Growth failure may be due to genetic mutations, acquired disease and/or environmental deficiencies. Growth failure may result from a failure of hypothalamic GHRH production or release, from (genetic or sporadic) maldevelopment of the pituitary somatotropes, secondary to ongoing chronic illness, malnutrition, intrinsic abnormalities of cartilage and/or bone such as osteochondrodysplasias, and from genetic disorders affecting growth hormone production and responsiveness. Children without any identifiable cause of their growth failure are commonly labeled as having idiopathic short stature.

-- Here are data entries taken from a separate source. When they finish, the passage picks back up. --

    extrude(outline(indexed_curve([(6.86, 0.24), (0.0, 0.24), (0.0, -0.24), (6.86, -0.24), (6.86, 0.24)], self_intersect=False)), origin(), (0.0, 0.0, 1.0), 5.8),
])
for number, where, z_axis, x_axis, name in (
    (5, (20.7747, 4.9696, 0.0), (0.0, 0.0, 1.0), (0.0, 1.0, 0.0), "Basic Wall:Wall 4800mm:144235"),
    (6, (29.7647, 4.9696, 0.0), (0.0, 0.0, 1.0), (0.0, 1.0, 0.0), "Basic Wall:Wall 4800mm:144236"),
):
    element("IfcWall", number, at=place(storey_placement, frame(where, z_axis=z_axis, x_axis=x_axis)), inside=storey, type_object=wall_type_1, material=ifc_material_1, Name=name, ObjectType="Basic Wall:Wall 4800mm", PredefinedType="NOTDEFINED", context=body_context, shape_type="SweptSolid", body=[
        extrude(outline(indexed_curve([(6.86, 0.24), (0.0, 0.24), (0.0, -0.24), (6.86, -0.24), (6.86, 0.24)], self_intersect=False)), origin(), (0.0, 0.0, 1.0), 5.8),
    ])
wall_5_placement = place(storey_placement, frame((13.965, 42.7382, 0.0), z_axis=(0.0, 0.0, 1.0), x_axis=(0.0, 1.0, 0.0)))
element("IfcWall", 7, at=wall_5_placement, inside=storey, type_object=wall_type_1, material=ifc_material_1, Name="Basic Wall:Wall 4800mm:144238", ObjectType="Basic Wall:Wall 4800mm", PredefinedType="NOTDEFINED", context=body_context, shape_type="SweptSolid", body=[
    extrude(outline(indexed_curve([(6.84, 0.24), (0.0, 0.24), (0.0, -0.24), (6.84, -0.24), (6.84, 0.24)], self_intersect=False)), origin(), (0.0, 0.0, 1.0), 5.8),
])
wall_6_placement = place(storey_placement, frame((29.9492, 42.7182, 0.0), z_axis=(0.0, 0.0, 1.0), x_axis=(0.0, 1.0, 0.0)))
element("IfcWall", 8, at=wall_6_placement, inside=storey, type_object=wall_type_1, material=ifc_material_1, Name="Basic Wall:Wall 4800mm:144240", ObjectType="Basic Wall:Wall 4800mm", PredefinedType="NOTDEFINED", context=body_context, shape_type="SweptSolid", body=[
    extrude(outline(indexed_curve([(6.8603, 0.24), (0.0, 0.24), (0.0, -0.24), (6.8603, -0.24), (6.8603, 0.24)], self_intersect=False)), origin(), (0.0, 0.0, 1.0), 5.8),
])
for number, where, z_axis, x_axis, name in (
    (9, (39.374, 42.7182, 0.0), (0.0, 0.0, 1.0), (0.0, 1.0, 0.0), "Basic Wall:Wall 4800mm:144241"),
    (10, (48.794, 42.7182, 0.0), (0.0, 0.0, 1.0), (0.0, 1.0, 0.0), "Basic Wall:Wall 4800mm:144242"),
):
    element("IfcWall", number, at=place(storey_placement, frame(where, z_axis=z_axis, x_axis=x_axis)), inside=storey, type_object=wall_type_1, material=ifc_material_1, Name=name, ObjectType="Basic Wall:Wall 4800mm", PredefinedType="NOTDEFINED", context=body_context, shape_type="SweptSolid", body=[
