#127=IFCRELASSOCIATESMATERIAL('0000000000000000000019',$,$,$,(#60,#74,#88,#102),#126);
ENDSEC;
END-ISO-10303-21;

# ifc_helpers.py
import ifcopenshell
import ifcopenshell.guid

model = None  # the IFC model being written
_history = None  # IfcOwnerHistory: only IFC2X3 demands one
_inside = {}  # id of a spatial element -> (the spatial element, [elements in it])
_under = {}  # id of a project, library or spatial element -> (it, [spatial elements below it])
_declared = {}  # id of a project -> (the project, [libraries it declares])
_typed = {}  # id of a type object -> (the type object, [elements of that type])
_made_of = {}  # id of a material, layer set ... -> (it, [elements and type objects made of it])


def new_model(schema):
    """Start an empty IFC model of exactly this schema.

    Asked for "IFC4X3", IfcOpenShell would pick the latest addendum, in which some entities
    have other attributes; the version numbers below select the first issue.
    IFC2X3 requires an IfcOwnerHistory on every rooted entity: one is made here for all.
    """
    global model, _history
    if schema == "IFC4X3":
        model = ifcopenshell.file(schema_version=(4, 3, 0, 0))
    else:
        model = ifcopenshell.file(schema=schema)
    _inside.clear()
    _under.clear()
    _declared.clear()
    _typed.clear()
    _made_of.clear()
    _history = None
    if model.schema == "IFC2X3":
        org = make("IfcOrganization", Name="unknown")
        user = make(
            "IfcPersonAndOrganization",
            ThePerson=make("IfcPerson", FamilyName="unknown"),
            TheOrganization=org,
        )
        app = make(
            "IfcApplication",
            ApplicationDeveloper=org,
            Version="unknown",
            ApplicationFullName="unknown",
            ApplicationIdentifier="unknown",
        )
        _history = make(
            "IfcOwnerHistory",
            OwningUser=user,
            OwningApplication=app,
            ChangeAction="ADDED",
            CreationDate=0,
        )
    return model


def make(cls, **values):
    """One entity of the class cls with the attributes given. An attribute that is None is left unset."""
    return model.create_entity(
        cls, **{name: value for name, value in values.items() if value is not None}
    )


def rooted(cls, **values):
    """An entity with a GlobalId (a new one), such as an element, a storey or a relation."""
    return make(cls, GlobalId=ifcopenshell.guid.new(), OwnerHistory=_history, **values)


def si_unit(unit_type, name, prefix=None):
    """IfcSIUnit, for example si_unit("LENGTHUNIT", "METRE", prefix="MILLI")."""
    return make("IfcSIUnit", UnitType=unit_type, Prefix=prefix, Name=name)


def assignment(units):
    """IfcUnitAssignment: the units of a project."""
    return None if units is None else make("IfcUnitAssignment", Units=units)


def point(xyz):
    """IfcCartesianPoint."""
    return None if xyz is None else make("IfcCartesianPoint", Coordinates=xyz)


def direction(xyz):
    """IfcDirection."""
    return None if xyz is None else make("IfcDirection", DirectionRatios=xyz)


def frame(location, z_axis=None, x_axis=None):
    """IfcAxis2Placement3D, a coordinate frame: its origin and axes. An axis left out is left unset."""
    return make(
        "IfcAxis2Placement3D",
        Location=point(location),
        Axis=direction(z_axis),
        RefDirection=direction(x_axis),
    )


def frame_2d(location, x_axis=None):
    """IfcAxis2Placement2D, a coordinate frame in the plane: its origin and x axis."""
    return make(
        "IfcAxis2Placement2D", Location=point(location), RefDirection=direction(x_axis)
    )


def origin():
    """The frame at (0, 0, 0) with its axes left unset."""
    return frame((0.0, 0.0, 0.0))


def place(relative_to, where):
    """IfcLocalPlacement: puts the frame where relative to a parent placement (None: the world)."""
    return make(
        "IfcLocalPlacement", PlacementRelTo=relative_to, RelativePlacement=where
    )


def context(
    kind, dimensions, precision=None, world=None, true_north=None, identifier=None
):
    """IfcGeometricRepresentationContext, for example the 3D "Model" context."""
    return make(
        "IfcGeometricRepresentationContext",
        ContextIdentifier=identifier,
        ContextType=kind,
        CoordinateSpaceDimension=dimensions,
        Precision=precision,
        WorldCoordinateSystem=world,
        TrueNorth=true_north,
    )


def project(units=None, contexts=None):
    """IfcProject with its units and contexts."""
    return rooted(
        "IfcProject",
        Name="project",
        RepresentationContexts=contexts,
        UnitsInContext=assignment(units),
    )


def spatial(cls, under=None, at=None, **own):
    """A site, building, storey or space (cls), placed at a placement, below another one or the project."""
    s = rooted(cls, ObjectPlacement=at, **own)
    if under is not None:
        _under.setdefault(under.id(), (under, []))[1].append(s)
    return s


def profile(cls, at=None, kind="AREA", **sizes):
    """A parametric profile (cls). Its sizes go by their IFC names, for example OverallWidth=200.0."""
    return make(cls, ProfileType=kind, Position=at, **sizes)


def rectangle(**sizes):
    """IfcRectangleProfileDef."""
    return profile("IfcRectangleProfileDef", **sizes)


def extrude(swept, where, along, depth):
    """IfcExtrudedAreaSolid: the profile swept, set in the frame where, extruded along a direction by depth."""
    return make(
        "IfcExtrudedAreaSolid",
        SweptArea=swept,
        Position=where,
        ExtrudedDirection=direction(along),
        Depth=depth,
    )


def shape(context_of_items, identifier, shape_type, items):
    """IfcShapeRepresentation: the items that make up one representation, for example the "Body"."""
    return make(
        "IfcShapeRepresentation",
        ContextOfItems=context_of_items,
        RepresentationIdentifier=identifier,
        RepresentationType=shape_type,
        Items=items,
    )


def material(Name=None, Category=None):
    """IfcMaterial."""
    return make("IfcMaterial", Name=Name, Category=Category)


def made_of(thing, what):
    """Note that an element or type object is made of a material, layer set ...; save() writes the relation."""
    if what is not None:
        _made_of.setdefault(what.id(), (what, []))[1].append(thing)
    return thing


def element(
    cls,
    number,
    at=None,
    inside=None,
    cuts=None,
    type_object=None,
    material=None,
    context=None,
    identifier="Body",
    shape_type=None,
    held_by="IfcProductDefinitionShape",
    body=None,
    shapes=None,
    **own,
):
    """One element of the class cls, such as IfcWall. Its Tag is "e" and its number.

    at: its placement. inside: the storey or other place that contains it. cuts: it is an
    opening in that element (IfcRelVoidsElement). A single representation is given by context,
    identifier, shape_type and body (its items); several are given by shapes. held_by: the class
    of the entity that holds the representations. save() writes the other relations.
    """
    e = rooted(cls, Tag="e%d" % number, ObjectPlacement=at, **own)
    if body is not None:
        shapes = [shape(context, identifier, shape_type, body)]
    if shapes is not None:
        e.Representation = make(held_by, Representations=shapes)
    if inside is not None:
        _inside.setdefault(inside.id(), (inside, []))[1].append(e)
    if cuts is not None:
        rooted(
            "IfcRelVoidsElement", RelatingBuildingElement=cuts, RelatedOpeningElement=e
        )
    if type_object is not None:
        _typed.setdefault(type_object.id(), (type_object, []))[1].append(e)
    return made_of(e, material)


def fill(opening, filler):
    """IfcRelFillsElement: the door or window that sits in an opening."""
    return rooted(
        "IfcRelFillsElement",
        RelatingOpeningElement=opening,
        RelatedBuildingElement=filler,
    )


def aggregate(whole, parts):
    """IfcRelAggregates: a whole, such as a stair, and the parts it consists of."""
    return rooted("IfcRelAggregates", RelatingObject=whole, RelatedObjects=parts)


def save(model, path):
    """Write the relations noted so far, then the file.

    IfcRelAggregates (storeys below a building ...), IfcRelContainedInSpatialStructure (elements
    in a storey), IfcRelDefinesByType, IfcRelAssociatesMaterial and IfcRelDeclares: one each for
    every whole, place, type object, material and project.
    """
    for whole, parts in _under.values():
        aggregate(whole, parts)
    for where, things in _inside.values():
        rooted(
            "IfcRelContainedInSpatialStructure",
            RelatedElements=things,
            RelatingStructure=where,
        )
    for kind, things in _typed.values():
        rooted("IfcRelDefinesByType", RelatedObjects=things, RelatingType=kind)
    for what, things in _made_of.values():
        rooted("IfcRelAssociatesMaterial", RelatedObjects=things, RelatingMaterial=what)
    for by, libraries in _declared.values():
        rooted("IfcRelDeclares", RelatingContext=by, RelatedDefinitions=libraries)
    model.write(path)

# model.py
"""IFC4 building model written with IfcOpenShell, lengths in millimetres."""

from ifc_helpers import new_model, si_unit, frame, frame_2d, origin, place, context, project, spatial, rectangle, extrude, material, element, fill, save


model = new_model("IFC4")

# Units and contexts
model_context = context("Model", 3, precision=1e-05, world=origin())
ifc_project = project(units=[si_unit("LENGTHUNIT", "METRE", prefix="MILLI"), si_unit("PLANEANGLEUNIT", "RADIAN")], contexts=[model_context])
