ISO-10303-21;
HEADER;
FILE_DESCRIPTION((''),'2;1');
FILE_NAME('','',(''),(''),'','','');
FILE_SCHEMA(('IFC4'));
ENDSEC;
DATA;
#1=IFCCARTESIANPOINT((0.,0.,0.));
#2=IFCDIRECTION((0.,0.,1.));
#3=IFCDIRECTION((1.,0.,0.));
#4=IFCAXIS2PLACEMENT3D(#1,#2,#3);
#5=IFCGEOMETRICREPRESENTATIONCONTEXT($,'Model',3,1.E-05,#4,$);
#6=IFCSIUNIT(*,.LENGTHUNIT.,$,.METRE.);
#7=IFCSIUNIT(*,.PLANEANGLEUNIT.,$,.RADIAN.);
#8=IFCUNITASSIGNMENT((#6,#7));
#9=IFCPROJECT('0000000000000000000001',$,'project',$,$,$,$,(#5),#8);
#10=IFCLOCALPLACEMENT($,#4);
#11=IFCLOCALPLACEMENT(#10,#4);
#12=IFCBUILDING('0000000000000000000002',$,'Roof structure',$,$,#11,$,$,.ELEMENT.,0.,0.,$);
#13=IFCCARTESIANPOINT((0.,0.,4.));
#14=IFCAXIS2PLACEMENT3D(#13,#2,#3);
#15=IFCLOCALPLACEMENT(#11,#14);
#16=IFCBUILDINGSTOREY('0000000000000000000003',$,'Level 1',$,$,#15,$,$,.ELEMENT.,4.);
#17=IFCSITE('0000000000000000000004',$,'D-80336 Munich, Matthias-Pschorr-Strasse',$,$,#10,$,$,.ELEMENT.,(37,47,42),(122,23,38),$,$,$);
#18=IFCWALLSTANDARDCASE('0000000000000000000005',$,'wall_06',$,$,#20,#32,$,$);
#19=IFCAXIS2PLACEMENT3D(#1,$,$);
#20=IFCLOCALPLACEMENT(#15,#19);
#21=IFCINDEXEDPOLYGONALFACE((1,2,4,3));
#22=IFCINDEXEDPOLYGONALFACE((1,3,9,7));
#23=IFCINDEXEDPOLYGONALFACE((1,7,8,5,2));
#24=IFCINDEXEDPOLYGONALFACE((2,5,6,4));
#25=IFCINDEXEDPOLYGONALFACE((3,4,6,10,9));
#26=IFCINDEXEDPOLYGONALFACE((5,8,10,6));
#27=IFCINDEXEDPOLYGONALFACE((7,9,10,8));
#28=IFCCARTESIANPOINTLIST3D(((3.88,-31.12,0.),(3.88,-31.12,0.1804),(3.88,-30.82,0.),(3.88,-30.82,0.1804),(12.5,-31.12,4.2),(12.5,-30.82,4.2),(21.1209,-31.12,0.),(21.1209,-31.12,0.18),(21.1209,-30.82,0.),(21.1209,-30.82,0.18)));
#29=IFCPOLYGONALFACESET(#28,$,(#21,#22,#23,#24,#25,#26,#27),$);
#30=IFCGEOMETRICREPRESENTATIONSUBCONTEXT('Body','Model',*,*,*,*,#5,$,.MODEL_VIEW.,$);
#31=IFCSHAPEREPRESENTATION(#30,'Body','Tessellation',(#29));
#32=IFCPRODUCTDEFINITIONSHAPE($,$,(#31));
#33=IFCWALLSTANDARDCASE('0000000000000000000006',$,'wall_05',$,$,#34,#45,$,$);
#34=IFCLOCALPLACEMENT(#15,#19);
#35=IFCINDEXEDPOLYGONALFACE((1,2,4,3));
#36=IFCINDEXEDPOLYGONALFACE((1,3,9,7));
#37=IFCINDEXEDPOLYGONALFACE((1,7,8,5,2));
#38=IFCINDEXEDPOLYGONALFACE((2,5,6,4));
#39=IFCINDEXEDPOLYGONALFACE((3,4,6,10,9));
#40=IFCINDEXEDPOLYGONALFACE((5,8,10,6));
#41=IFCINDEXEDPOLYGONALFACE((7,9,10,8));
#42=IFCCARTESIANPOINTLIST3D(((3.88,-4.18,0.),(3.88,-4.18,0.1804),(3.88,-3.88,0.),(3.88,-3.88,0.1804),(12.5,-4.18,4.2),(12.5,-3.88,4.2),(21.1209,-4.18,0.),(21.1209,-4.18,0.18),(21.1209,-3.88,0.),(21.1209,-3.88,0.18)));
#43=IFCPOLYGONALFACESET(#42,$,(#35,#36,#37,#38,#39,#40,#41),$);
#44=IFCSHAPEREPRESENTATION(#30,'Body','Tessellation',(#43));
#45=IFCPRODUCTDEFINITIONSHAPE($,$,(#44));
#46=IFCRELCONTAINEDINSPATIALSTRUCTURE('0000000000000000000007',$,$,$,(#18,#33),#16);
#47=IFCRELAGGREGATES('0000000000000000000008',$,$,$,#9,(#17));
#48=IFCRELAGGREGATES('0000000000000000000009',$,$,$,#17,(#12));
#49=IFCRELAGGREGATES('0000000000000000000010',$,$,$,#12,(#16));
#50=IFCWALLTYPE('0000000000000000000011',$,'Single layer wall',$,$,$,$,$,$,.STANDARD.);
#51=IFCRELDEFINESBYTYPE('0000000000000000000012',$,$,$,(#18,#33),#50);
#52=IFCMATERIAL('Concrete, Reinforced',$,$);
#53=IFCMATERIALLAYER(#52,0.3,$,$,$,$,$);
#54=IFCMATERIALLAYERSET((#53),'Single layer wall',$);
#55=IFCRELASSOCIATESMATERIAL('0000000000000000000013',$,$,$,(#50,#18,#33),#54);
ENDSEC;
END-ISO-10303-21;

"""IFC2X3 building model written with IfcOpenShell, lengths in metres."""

from ifc_helpers import new_model, si_unit, frame, origin_with_axes, place, context, subcontext, project, spatial, polyline, outline, extrude, clip, bounded_halfspace, material, layer, layer_set, layer_usage, type_object, element, save


model = new_model("IFC2X3")

# Units and contexts
model_context = context("Model", 3, precision=1e-05, world=origin_with_axes())
body_context = subcontext(model_context, "Body", "Model", "MODEL_VIEW")
ifc_project = project(units=[si_unit("LENGTHUNIT", "METRE"), si_unit("PLANEANGLEUNIT", "RADIAN")], contexts=[model_context])

# Site, building, storey
site_placement = place(None, origin_with_axes())
site = spatial("IfcSite", under=ifc_project, at=site_placement, Name="D-80336 Munich, Matthias-Pschorr-Strasse", CompositionType="ELEMENT", RefLatitude=(37, 47, 42), RefLongitude=(122, 23, 38))
building_placement = place(site_placement, origin_with_axes())
building = spatial("IfcBuilding", under=site, at=building_placement, Name="Roof structure", CompositionType="ELEMENT", ElevationOfRefHeight=0.0, ElevationOfTerrain=0.0)
storey_placement = place(building_placement, frame((0.0, 0.0, 4.0), z_axis=(0.0, 0.0, 1.0), x_axis=(1.0, 0.0, 0.0)))
storey = spatial("IfcBuildingStorey", under=building, at=storey_placement, Name="Level 1", CompositionType="ELEMENT", Elevation=4.0)

# Walls
ifc_material = material(Name="Concrete, Reinforced")
ifc_layer = layer(ifc_material, 0.3)
ifc_layer_set = layer_set([ifc_layer], Name="Single layer wall")
ifc_layer_usage_1 = layer_usage(ifc_layer_set, "AXIS2", "POSITIVE", 0.0)
wall_type = type_object("IfcWallType", Name="Single layer wall", PredefinedType="STANDARD", material=ifc_layer_set)
wall_1_placement = place(storey_placement, frame((3.88, -31.12, 0.0), z_axis=(0.0, 0.0, 1.0), x_axis=(1.0, 0.0, 0.0)))
element("IfcWallStandardCase", 1, at=wall_1_placement, inside=storey, type_object=wall_type, material=ifc_layer_usage_1, Name="wall_06", context=body_context, shape_type="Clipping", body=[
    clip(clip(extrude(outline(polyline([(-8.6205, 0.15), (8.6205, 0.15), (8.6205, -0.15), (-8.6205, -0.15), (-8.6205, 0.15)])), frame((8.6205, 0.15, 0.0), z_axis=(0.0, 0.0, 1.0), x_axis=(1.0, 0.0, 0.0)), (0.0, 0.0, 1.0), 4.2), bounded_halfspace(frame((-4.7882, 31.12, -2.0523), z_axis=(-0.422618, 0.0, 0.906308), x_axis=(0.0, -1.0, 0.0)), False, frame((8.6205, 0.15, 0.0), z_axis=(0.0, 0.0, 1.0), x_axis=(1.0, 0.0, 0.0)), polyline([(-0.0005, 0.15), (-8.6205, 0.15), (-8.6205, -0.15), (-0.0005, -0.15), (-0.0005, 0.15)]))), bounded_halfspace(frame((1.4934, 31.12, 7.5232), z_axis=(0.422618, 0.0, 0.906308), x_axis=(0.0, 1.0, 0.0)), False, frame((8.6205, 0.15, 0.0), z_axis=(0.0, 0.0, 1.0), x_axis=(1.0, 0.0, 0.0)), polyline([(8.6205, 0.15), (-0.0005, 0.15), (-0.0005, -0.15), (8.6205, -0.15), (8.6205, 0.15)]))),
])
ifc_layer_usage_2 = layer_usage(ifc_layer_set, "AXIS2", "POSITIVE", 0.0)
wall_2_placement = place(storey_placement, frame((3.88, -4.18, 0.0), z_axis=(0.0, 0.0, 1.0), x_axis=(1.0, 0.0, 0.0)))
element("IfcWallStandardCase", 2, at=wall_2_placement, inside=storey, type_object=wall_type, material=ifc_layer_usage_2, Name="wall_05", context=body_context, shape_type="Clipping", body=[
    clip(clip(extrude(outline(polyline([(-8.6205, 0.15), (8.6205, 0.15), (8.6205, -0.15), (-8.6205, -0.15), (-8.6205, 0.15)])), frame((8.6205, 0.15, 0.0), z_axis=(0.0, 0.0, 1.0), x_axis=(1.0, 0.0, 0.0)), (0.0, 0.0, 1.0), 4.2), bounded_halfspace(frame((-4.7882, 4.18, -2.0523), z_axis=(-0.422618, 0.0, 0.906308), x_axis=(0.0, -1.0, 0.0)), False, frame((8.6205, 0.15, 0.0), z_axis=(0.0, 0.0, 1.0), x_axis=(1.0, 0.0, 0.0)), polyline([(-0.0005, 0.15), (-8.6205, 0.15), (-8.6205, -0.15), (-0.0005, -0.15), (-0.0005, 0.15)]))), bounded_halfspace(frame((1.4934, 4.18, 7.5232), z_axis=(0.422618, 0.0, 0.906308), x_axis=(0.0, 1.0, 0.0)), False, frame((8.6205, 0.15, 0.0), z_axis=(0.0, 0.0, 1.0), x_axis=(1.0, 0.0, 0.0)), polyline([(8.6205, 0.15), (-0.0005, 0.15), (-0.0005, -0.15), (8.6205, -0.15), (8.6205, 0.15)]))),
])

save(model, "model.ifc")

Genetic factors affecting growth include pituitary transcription factors (PROP1, POU1F1, HESX1, LHX3, and LHX4) as well as hormones (growth hormone-releasing hormone (GHRH), GH secretagogues (GHS), GH, insulin like growth factor-1 (IGF1), insulin like growth factor-2 (IGF2), insulin (INS)) and their receptors (GHRHR, GHSR, GHR, IGF1R, IGF2R and INSR) as well as transcription factors controlling GH signaling, including STAT1, STAT3, STAT5a, and STAT5b. Growth is also influenced by other factors such as sex steroids (estrogens and androgens), glucocorticoids and thyroid hormone.
Since the replacement of human pituitary-derived GH with recombinant human GH, much experience has been gained with the use of GH therapy. The Food and Drug Administration (FDA) had expanded GH use for the following conditions for children (80):
GH deficiency/insufficiency
Chronic renal insufficiency (pretransplantation)
Turner syndrome
Short stature from Prader-Willi Syndrome (PWS)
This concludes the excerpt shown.